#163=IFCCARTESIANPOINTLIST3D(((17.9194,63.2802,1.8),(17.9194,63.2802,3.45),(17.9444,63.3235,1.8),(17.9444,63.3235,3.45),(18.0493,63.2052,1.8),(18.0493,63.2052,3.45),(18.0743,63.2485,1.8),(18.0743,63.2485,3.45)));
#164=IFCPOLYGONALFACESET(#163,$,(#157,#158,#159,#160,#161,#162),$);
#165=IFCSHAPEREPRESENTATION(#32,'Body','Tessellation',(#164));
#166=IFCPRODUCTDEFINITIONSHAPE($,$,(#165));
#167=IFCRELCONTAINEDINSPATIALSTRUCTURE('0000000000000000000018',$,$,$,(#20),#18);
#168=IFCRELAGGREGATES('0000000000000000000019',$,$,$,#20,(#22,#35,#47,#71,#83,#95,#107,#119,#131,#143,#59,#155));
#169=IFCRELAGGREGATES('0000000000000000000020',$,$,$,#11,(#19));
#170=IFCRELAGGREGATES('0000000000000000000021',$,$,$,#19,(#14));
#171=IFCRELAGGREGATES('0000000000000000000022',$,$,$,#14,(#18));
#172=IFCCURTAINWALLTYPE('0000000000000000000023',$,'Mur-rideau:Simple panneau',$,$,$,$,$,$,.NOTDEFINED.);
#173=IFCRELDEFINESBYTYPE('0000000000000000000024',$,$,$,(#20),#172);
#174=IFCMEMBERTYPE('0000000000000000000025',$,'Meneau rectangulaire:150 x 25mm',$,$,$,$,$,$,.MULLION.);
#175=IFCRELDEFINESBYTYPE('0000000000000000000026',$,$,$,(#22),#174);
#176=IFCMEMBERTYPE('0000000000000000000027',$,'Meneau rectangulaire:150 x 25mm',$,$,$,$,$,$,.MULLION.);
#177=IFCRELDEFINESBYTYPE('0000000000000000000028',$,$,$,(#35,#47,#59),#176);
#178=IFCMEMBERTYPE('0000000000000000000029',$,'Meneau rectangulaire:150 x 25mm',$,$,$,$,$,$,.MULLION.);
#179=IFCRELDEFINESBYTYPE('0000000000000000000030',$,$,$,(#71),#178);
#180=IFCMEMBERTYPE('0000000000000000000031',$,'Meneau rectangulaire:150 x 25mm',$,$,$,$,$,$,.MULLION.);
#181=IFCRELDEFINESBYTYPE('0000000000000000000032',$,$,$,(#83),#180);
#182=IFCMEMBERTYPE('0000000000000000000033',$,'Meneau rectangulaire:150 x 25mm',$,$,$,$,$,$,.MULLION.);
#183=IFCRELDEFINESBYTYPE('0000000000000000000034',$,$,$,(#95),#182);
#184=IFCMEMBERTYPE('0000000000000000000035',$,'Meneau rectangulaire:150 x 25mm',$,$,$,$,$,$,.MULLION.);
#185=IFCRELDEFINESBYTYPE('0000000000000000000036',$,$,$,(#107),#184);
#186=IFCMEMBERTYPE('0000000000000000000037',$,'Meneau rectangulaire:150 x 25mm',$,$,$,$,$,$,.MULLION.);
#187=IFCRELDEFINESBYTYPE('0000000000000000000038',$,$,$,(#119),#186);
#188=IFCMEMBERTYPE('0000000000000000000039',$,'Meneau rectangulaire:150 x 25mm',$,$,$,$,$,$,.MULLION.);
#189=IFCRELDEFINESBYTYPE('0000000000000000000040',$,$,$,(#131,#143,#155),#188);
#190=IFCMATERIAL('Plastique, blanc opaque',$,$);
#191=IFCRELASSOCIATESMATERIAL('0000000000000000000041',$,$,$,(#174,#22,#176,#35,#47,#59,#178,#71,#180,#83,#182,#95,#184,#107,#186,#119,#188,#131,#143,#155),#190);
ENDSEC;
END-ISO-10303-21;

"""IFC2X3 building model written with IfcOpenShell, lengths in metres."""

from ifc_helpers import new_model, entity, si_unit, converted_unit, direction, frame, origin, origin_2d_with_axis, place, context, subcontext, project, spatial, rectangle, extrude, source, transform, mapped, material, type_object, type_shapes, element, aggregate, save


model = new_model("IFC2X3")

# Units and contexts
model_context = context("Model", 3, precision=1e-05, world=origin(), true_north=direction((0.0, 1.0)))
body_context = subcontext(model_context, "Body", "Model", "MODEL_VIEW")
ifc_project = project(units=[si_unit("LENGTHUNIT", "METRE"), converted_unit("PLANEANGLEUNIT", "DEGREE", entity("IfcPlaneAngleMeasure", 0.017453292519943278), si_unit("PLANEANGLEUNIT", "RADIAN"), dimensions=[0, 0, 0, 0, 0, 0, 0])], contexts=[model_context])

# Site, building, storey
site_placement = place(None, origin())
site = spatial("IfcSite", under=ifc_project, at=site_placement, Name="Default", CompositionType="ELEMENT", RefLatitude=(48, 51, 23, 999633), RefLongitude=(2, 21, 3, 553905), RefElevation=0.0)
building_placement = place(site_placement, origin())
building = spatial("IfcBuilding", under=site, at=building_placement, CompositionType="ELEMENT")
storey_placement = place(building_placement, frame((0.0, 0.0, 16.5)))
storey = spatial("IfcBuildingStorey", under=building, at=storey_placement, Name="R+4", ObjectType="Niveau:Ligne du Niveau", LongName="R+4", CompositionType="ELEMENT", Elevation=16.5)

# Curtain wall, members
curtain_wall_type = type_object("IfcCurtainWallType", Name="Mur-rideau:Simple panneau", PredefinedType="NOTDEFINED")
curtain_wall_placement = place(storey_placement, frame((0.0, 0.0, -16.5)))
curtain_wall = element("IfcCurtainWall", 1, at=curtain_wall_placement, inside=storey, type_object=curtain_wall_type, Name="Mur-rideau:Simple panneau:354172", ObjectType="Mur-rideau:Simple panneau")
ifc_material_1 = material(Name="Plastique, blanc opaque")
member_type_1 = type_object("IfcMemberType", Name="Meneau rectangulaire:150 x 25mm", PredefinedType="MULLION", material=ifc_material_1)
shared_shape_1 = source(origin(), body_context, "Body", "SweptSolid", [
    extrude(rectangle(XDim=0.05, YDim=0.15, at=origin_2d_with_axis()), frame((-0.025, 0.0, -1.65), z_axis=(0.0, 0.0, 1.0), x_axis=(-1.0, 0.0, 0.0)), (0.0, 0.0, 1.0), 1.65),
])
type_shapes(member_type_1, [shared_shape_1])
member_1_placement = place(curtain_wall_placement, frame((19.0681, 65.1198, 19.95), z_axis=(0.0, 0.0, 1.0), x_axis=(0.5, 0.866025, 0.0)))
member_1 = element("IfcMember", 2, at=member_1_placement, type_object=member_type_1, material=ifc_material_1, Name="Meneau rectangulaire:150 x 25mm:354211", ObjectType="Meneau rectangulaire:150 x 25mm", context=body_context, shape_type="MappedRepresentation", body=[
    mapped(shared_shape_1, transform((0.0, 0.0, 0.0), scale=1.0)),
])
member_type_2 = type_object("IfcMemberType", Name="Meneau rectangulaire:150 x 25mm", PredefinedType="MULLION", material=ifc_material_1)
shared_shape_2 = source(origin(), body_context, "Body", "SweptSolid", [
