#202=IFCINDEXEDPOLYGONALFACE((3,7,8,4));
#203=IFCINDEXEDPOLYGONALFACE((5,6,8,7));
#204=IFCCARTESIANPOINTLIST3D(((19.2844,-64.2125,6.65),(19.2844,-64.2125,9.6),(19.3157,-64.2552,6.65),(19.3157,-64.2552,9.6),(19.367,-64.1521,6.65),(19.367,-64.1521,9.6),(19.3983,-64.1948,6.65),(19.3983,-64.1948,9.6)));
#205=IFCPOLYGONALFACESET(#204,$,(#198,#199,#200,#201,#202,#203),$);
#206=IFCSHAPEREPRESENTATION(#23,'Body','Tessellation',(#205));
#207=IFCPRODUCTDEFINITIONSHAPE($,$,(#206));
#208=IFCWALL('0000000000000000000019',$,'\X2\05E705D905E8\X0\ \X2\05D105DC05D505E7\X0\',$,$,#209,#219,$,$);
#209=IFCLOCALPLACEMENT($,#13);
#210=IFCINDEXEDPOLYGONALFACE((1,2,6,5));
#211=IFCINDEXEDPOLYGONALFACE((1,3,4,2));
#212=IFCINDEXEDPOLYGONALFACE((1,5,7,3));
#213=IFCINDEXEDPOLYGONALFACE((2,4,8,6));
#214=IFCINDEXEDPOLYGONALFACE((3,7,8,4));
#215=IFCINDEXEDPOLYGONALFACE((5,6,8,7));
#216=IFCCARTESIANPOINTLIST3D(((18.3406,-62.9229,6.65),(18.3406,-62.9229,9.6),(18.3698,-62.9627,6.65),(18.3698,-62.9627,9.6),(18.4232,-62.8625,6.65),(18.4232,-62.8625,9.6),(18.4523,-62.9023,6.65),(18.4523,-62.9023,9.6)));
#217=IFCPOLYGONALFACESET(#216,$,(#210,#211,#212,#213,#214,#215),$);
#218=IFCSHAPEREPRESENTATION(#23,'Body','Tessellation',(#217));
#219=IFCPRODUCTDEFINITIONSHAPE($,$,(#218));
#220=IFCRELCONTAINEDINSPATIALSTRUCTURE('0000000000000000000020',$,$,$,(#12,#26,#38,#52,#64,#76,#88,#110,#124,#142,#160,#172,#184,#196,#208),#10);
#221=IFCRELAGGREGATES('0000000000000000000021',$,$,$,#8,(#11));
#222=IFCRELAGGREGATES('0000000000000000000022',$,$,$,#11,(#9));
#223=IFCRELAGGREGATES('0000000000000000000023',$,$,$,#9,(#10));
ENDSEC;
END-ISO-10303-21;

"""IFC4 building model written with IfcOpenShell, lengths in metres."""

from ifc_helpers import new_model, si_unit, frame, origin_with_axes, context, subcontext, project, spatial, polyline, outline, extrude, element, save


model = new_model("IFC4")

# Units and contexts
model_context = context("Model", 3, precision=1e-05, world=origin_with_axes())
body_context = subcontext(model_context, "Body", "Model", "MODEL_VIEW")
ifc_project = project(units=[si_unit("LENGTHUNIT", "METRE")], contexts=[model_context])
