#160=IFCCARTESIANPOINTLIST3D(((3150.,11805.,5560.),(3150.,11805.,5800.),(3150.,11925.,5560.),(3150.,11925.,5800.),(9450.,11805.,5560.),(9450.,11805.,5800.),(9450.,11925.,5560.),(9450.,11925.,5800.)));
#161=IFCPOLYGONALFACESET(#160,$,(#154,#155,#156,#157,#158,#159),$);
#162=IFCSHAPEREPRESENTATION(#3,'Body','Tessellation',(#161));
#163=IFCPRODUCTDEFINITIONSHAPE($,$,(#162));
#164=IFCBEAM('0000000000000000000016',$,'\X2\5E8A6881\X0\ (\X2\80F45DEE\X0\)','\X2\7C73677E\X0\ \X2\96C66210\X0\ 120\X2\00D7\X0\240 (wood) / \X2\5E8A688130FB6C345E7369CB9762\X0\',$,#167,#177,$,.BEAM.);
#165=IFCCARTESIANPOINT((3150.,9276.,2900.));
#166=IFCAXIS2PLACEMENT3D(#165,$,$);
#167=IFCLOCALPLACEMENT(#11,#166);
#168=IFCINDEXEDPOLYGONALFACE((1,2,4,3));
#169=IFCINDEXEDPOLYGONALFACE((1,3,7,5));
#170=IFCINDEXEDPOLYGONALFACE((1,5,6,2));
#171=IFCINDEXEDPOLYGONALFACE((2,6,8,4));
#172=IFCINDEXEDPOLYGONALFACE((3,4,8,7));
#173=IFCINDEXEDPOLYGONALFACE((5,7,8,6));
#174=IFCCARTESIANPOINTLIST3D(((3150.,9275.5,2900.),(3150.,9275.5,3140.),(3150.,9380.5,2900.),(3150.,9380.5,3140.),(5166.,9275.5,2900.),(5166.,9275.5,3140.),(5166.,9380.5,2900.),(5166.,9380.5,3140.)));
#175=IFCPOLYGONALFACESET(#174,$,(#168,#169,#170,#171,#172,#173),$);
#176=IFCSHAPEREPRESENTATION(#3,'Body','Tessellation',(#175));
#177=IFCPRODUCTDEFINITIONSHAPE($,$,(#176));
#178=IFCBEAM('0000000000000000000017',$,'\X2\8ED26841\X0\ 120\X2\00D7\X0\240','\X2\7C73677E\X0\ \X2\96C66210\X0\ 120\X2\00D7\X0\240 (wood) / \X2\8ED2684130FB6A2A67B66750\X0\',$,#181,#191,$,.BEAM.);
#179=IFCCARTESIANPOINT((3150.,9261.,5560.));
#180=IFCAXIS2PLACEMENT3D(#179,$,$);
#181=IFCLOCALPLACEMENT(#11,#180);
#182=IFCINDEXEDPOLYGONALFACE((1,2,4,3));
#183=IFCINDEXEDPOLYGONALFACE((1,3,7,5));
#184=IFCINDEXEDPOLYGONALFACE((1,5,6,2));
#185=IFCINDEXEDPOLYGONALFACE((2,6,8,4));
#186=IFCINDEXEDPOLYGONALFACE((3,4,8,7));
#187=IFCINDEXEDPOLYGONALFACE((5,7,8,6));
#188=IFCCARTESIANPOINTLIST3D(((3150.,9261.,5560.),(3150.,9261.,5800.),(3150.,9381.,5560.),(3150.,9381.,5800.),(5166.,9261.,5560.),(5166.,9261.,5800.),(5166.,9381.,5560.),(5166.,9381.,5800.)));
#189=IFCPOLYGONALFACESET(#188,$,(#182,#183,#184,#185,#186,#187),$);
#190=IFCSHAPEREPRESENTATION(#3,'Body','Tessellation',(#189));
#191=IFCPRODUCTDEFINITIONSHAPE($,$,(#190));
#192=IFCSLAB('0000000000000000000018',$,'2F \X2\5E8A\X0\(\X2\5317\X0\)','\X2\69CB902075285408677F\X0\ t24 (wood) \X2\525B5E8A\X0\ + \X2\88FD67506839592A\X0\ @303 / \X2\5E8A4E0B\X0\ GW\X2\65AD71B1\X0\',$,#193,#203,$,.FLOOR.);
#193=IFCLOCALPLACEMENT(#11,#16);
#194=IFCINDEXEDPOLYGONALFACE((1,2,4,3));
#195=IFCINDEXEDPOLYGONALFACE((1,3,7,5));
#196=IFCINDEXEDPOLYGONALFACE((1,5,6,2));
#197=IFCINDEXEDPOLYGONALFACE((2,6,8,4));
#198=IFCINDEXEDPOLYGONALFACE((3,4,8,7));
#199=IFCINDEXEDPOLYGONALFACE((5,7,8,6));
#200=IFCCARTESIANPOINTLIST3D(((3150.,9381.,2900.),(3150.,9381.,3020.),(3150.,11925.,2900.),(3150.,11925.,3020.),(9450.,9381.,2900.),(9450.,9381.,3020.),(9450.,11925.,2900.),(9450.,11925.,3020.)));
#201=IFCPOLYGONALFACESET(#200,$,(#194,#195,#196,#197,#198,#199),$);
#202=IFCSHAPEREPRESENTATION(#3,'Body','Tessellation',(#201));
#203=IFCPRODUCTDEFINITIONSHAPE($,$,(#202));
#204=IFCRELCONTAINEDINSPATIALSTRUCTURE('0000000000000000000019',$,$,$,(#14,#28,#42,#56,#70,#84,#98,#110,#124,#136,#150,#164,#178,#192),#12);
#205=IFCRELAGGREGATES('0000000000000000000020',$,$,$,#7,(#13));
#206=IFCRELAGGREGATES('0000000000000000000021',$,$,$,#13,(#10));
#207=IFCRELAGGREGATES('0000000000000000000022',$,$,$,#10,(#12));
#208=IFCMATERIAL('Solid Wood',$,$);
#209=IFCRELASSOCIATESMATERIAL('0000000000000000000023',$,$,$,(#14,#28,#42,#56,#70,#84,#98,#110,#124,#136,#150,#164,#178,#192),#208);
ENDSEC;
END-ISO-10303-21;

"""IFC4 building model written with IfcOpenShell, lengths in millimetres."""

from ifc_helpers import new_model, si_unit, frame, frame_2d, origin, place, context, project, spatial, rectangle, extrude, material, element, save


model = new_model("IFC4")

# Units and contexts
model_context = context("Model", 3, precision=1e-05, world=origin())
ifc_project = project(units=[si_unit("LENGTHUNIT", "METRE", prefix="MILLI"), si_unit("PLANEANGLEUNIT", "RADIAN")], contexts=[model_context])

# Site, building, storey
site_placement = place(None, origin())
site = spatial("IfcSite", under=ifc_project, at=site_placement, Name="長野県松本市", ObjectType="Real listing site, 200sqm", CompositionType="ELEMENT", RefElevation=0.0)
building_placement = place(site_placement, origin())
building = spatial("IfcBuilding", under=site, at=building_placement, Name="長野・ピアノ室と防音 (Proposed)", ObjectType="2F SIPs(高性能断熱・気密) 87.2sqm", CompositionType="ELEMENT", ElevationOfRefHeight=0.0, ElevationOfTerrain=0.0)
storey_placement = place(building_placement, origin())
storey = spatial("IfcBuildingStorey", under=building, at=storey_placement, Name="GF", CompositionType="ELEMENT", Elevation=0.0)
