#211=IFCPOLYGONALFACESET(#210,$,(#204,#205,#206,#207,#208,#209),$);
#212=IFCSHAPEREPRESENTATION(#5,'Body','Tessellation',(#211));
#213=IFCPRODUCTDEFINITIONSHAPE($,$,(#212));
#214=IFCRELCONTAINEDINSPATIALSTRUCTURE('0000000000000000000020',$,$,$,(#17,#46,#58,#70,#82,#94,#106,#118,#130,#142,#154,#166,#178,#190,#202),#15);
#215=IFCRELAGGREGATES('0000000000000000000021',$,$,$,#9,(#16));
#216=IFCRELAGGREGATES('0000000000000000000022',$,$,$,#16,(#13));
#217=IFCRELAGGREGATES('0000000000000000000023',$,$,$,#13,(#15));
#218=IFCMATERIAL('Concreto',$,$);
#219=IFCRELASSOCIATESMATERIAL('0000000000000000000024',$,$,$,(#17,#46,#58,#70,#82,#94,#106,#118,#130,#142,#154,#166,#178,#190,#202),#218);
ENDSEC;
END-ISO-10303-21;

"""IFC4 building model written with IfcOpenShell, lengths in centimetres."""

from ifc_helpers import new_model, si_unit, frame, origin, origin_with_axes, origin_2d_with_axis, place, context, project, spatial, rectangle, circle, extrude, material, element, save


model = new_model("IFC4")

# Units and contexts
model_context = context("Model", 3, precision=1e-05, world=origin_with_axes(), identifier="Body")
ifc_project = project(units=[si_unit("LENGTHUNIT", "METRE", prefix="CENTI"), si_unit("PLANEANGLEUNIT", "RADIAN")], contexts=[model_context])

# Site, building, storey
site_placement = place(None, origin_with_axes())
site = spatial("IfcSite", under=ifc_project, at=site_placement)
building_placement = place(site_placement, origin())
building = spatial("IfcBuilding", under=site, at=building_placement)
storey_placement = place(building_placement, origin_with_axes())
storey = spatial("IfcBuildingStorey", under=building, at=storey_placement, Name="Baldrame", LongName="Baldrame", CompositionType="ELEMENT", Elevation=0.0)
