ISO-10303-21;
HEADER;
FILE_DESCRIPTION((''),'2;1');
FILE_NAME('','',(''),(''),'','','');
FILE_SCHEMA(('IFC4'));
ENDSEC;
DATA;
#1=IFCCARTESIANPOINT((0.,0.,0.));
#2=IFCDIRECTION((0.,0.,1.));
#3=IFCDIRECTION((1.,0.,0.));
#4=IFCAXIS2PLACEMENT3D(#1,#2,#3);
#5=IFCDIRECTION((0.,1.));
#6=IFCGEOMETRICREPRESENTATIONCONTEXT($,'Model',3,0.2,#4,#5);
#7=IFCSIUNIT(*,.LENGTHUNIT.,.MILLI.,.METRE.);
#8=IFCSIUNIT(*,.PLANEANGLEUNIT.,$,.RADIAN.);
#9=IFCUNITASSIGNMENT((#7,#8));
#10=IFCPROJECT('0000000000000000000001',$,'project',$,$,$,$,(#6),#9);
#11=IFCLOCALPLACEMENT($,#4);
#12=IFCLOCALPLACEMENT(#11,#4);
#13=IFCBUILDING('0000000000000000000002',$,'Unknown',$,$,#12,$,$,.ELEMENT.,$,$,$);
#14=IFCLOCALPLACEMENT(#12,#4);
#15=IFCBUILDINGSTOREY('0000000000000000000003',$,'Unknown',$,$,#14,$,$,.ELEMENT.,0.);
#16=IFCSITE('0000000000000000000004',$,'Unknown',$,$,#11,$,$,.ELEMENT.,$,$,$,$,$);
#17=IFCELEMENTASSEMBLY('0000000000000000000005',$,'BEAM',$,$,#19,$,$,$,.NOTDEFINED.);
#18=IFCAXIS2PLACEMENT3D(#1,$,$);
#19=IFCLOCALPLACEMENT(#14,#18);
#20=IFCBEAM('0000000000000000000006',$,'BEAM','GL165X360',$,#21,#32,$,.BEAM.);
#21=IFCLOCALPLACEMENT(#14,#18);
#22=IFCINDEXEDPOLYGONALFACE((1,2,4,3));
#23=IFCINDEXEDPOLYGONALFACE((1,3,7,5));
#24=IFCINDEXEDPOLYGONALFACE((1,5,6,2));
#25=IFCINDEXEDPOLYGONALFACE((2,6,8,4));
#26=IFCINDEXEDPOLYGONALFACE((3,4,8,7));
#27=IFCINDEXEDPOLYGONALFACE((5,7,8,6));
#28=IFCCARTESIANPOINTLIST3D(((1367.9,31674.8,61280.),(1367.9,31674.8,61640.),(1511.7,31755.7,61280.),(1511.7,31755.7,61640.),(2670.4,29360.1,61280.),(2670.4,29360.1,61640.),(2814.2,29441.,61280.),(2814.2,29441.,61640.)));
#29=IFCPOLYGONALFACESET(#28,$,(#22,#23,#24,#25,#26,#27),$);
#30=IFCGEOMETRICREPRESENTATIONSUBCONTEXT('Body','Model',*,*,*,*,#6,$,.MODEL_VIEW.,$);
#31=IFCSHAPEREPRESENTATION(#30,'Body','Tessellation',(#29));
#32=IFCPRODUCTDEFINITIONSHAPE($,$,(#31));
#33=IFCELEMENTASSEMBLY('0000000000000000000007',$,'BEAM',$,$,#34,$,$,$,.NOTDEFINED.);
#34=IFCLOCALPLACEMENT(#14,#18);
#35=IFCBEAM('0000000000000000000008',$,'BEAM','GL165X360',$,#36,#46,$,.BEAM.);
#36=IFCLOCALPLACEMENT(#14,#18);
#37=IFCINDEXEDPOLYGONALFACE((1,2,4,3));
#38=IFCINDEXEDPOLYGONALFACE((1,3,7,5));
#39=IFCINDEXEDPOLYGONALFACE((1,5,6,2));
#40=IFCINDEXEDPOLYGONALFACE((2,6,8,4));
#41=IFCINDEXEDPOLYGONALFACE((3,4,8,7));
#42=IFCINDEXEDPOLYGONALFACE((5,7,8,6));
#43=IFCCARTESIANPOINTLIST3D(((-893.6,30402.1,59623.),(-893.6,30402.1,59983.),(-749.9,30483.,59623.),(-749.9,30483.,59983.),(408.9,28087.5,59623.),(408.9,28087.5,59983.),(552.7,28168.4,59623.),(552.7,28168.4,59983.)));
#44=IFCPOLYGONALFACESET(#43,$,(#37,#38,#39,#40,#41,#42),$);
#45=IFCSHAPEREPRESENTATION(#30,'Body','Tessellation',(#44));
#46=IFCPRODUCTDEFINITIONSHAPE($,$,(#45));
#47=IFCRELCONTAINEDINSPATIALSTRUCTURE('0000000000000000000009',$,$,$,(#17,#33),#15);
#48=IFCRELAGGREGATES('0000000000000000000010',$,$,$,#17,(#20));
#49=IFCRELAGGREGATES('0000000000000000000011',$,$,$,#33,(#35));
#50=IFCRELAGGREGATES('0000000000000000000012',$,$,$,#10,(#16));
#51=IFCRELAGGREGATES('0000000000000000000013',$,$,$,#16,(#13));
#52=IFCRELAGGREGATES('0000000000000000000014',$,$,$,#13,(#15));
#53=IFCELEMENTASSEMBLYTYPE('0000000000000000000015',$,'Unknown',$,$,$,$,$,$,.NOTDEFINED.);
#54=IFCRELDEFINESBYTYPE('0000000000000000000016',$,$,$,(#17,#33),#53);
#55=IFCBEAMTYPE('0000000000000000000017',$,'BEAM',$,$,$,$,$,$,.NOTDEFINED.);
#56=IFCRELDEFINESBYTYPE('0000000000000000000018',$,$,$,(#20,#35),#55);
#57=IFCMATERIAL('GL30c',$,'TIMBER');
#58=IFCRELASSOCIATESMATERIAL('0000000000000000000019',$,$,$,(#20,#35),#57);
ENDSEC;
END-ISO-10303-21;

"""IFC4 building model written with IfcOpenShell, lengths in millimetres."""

from ifc_helpers import new_model, si_unit, direction, frame, origin_with_axes, place, context, subcontext, project, spatial, polyline, outline, extrude, material, material_profile, profile_set, profile_usage, type_object, element, aggregate, save


model = new_model("IFC4")

# Units and contexts
model_context = context("Model", 3, precision=0.2, world=origin_with_axes(), true_north=direction((0.0, 1.0)))
body_context = subcontext(model_context, "Body", "Model", "MODEL_VIEW")
ifc_project = project(units=[si_unit("LENGTHUNIT", "METRE", prefix="MILLI"), si_unit("PLANEANGLEUNIT", "RADIAN")], contexts=[model_context])

# Site, building, storey
site_placement = place(None, origin_with_axes())
site = spatial("IfcSite", under=ifc_project, at=site_placement, Name="Unknown", CompositionType="ELEMENT")
building_placement = place(site_placement, origin_with_axes())
building = spatial("IfcBuilding", under=site, at=building_placement, Name="Unknown", CompositionType="ELEMENT")
storey_placement = place(building_placement, origin_with_axes())
storey = spatial("IfcBuildingStorey", under=building, at=storey_placement, Name="Unknown", CompositionType="ELEMENT", Elevation=0.0)

# Shared definitions
element_assembly_type = type_object("IfcElementAssemblyType", Name="Unknown", PredefinedType="NOTDEFINED")
ifc_material_1 = material(Name="GL30c", Category="TIMBER")

# Element assemblies, beams
assembly_1_placement = place(storey_placement, frame((1439.8, 31715.2, 61460.0), z_axis=(-0.871487, -0.490418, 0.0), x_axis=(0.490421, -0.871485, 0.0)))
assembly_1 = element("IfcElementAssembly", 1, at=assembly_1_placement, inside=storey, type_object=element_assembly_type, Name="BEAM", PredefinedType="NOTDEFINED")
ifc_material_profile_1 = material_profile(ifc_material_1, outline(polyline([(-82.5, 180.0), (-82.5, -180.0), (82.5, -180.0), (82.5, 180.0), (-82.5, 180.0)])), Name="GL165X360")
ifc_profile_set_1 = profile_set([ifc_material_profile_1])
ifc_profile_usage_1 = profile_usage(ifc_profile_set_1, cardinal=9)
beam_type_1 = type_object("IfcBeamType", Name="BEAM")
beam_1_placement = place(assembly_1_placement, origin_with_axes())
beam_1 = element("IfcBeam", 2, at=beam_1_placement, type_object=beam_type_1, material=ifc_profile_usage_1, Name="BEAM", Description="GL165X360", PredefinedType="BEAM", context=body_context, shape_type="SolidModel", body=[
    extrude(outline(polyline([(-82.5, 180.0), (-82.5, -180.0), (82.5, -180.0), (82.5, 180.0), (-82.5, 180.0)])), frame((0.0, 0.0, 0.0), z_axis=(-1.0, 0.0, 0.0), x_axis=(0.0, 0.0, 1.0)), (0.0, 0.0, -1.0), 2656.0),
])
aggregate(assembly_1, [beam_1])
assembly_2_placement = place(storey_placement, frame((480.8, 28127.9, 59803.0), z_axis=(0.871484, 0.490423, 0.0), x_axis=(-0.490421, 0.871486, 0.0)))
assembly_2 = element("IfcElementAssembly", 3, at=assembly_2_placement, inside=storey, type_object=element_assembly_type, Name="BEAM", PredefinedType="NOTDEFINED")
beam_2_placement = place(assembly_2_placement, origin_with_axes())
beam_2 = element("IfcBeam", 4, at=beam_2_placement, type_object=beam_type_1, material=ifc_profile_usage_1, Name="BEAM", Description="GL165X360", PredefinedType="BEAM", context=body_context, shape_type="SolidModel", body=[
    extrude(outline(polyline([(-82.5, 180.0), (-82.5, -180.0), (82.5, -180.0), (82.5, 180.0), (-82.5, 180.0)])), frame((0.0, 0.0, 0.0), z_axis=(-1.0, 0.0, 0.0), x_axis=(0.0, 0.0, 1.0)), (0.0, 0.0, -1.0), 2656.0),
])
aggregate(assembly_2, [beam_2])

save(model, "model.ifc")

=-=-=-=-=

What the task asks: Check each line of the entries for "IFCRELASSOCIATESMATERIAL" and copy those that have it.

Exercise output:
#191=IFCRELASSOCIATESMATERIAL('0000000000000000000041',$,$,$,(#174,#22,#176,#35,#47,#59,#178,#71,#180,#83,#182,#95,#184,#107,#186,#119,#188,#131,#143,#155),#190);
#209=IFCRELASSOCIATESMATERIAL('0000000000000000000023',$,$,$,(#14,#28,#42,#56,#70,#84,#98,#110,#124,#136,#150,#164,#178,#192),#208);
#219=IFCRELASSOCIATESMATERIAL('0000000000000000000024',$,$,$,(#17,#46,#58,#70,#82,#94,#106,#118,#130,#142,#154,#166,#178,#190,#202),#218);
#58=IFCRELASSOCIATESMATERIAL('0000000000000000000019',$,$,$,(#20,#35),#57);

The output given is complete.